Генерал Александр Ламет (Lameth), товарищ Лафаэта и одно из главных действующих лиц в событиях первой Французской революции, рассказывает в записках своих следующее:

«У сестры Мирабо назначено было свидание между первенствующими лицами Народного Собрания для переговоров о соглашении и примирении умов, ввиду предстоящих обстоятельств. Мирабо рассказал тут все, что происходило при избрании его в Провансе в число депутатов. В рассказе своем ничего не утаил он из мер, принятых им для достижения успеха; даже признался он, что, имея в руках своих народного оратора, который казался ему преданным, но в котором однако же не мог он быть совершенно уверен, он приставил к нему соглядатая, который не должен был отходить от него и заколоть его, если как-нибудь изменил бы он своим обязательствам.
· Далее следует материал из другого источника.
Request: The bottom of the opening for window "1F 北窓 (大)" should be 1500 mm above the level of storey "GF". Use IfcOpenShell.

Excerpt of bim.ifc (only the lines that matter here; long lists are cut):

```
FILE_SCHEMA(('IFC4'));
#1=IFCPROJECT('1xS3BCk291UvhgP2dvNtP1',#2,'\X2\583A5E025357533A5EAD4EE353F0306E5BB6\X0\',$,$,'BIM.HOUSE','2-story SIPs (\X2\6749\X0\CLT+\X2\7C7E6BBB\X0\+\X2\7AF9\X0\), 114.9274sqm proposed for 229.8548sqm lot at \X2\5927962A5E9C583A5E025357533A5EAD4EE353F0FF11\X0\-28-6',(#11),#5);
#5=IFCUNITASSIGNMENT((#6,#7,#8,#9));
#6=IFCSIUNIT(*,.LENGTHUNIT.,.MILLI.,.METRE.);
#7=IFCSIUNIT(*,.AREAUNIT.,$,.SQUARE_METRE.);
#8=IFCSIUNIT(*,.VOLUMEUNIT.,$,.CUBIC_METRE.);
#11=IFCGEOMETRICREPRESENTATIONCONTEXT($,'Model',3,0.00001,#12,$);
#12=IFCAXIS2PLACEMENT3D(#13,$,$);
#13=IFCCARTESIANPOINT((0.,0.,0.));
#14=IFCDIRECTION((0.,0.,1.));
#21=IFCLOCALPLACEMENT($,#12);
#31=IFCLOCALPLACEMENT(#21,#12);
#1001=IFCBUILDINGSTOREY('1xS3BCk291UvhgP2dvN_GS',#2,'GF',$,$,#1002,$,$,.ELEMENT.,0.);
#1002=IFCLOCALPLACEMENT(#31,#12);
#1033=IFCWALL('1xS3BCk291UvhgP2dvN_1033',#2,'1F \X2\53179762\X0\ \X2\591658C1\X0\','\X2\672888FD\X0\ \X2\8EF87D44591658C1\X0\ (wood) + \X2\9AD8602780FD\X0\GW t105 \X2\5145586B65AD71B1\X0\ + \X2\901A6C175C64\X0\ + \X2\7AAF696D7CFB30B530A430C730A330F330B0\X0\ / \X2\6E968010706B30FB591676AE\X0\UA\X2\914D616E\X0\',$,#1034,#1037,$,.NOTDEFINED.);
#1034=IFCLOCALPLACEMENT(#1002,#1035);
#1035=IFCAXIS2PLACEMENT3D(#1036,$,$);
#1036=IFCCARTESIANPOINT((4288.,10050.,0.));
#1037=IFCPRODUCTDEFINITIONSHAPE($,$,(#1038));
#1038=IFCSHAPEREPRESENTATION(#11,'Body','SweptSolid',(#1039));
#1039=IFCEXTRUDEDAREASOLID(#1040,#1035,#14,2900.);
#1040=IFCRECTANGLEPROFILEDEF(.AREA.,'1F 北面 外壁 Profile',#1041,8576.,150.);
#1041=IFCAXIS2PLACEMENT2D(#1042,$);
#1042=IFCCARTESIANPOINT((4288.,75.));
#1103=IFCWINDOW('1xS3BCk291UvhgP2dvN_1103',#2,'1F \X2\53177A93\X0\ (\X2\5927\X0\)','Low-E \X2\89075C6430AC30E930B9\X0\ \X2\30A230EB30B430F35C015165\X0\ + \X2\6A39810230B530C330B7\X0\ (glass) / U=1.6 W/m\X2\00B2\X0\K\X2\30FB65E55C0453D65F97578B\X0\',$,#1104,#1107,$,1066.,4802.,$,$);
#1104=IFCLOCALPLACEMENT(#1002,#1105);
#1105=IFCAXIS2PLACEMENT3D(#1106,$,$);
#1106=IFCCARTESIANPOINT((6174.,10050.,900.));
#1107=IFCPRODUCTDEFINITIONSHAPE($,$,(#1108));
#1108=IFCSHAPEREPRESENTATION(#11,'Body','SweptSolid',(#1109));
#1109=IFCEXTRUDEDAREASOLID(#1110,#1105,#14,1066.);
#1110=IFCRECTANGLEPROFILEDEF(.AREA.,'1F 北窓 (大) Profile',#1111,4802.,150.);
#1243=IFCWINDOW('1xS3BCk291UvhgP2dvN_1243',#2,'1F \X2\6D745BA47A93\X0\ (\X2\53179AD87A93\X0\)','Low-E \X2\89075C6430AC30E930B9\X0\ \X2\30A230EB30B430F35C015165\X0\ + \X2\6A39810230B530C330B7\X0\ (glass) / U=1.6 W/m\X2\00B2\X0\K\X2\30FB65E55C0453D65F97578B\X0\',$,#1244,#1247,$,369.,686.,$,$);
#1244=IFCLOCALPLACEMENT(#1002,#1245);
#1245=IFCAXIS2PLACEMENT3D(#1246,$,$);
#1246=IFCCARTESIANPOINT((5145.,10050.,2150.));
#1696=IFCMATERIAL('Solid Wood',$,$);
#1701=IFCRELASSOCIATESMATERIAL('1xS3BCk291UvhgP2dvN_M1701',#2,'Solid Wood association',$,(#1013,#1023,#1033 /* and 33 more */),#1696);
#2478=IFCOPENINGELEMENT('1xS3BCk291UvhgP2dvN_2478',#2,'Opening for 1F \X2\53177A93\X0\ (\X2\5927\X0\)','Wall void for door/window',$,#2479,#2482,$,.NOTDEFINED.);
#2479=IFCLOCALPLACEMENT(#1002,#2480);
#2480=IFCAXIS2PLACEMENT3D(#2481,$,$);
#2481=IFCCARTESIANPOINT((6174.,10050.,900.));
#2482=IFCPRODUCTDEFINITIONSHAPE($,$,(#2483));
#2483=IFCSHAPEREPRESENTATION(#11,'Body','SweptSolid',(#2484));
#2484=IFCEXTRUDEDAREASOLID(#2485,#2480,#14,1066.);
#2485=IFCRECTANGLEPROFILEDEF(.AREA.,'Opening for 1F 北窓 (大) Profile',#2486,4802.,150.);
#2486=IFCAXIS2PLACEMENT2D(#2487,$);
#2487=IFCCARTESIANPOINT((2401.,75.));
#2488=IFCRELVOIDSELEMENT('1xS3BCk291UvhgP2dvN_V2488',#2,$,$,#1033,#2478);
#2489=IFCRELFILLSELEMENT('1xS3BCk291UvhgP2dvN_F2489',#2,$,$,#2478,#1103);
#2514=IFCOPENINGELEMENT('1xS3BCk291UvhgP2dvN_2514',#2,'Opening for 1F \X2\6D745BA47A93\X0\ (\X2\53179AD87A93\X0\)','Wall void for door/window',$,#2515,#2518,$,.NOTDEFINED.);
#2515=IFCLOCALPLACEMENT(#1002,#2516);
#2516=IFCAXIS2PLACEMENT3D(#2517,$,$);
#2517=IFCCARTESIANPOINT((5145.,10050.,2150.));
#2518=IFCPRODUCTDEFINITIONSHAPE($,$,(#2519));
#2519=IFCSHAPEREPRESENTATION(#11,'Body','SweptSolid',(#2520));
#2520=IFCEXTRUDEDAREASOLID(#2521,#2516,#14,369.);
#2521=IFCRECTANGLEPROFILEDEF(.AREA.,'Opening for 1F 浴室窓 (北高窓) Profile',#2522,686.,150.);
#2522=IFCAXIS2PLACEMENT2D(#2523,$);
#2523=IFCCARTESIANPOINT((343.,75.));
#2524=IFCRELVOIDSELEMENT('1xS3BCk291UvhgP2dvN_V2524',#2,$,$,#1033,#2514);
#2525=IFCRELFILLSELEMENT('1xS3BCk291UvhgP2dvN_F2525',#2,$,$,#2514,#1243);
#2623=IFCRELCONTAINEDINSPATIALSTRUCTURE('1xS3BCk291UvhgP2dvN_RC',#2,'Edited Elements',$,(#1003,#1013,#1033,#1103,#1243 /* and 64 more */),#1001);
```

```python
import numpy as np
import ifcopenshell
import ifcopenshell.api.geometry
import ifcopenshell.geom
import ifcopenshell.util.element
import ifcopenshell.util.placement
import ifcopenshell.util.shape
import ifcopenshell.util.unit

model = ifcopenshell.open("bim.ifc")
unit_scale = ifcopenshell.util.unit.calculate_unit_scale(model)

window = model.by_guid("1xS3BCk291UvhgP2dvN_1103")
opening = window.FillsVoids[0].RelatingOpeningElement
storey = ifcopenshell.util.element.get_container(window, ifc_class="IfcBuildingStorey")
level = ifcopenshell.util.placement.get_local_placement(storey.ObjectPlacement)[2, 3]

# The opening's origin need not be at the sill, so measure its lowest point.
shape = ifcopenshell.geom.create_shape(ifcopenshell.geom.settings(), opening)
bottom = ifcopenshell.util.shape.get_shape_bottom_elevation(shape, shape.geometry) / unit_scale
dz = level + 1500.0 - bottom

shift = np.array([0.0, 0.0, dz])
# The window is not placed relative to its opening, so move both.
for product in (opening, window):
    matrix = ifcopenshell.util.placement.get_local_placement(product.ObjectPlacement)
    matrix[:3, 3] += shift
    ifcopenshell.api.geometry.edit_object_placement(model, product=product, matrix=matrix, is_si=False)

print(f"moved by {dz * unit_scale:+.3f} m")

model.write("bim-out.ifc")
```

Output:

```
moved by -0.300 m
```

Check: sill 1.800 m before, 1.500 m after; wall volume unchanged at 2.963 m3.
Мы все ужаснулись подобному признанию, а Мирабо удивился нашему ужасу. «Как, и тот убил бы его?» — спросили мы.

«Да убил бы, как убивают», — хладнокровно отвечал Мирабо.

«Но это было бы ужасное злодейство».

«О, в революциях, — возразил он изречением, которое после того сделалось столь известным, — «La petite morale rue la grande (мелкая нравственность убивает большую)».

* * *

Мирабо, прозванный Мирабо-бочка, был человек очень нетрезвый. Старший брат делал ему однажды упреки за эту слабость. «Помилуйте, на что вы жалуетесь? — отвечал он смеясь. — Изо всех возможных пороков, которые семейство наше присвоило себе, один этот оставили вы на долю мою».

* * *

Han d'Islande («Исландец Ган»), роман Виктора Гюго — род Мельмота, но менее истины и глубины в создании. В прозе те же пороки, что и в поэзии его, т. е. излишняя высокопарность, надутость и желание автора, во что бы то ни стало, поразить читателя чем-нибудь удивительным и неожиданным. Но иногда те же и красоты. Часто бред горячки, но иногда проявляется, что этой горячкой одержим поэт, а не дюжинный больной. Есть в романе явления сильные, живописные, лица твердые и хорошо обозначенные, например палача, сторожа трупов и дочери одного из действующих лиц. Есть и политический интерес: бунт рудокопов, их военный поход, встреча с королевским войском; все это живо и верно. Тут упоминается и о русском палаче.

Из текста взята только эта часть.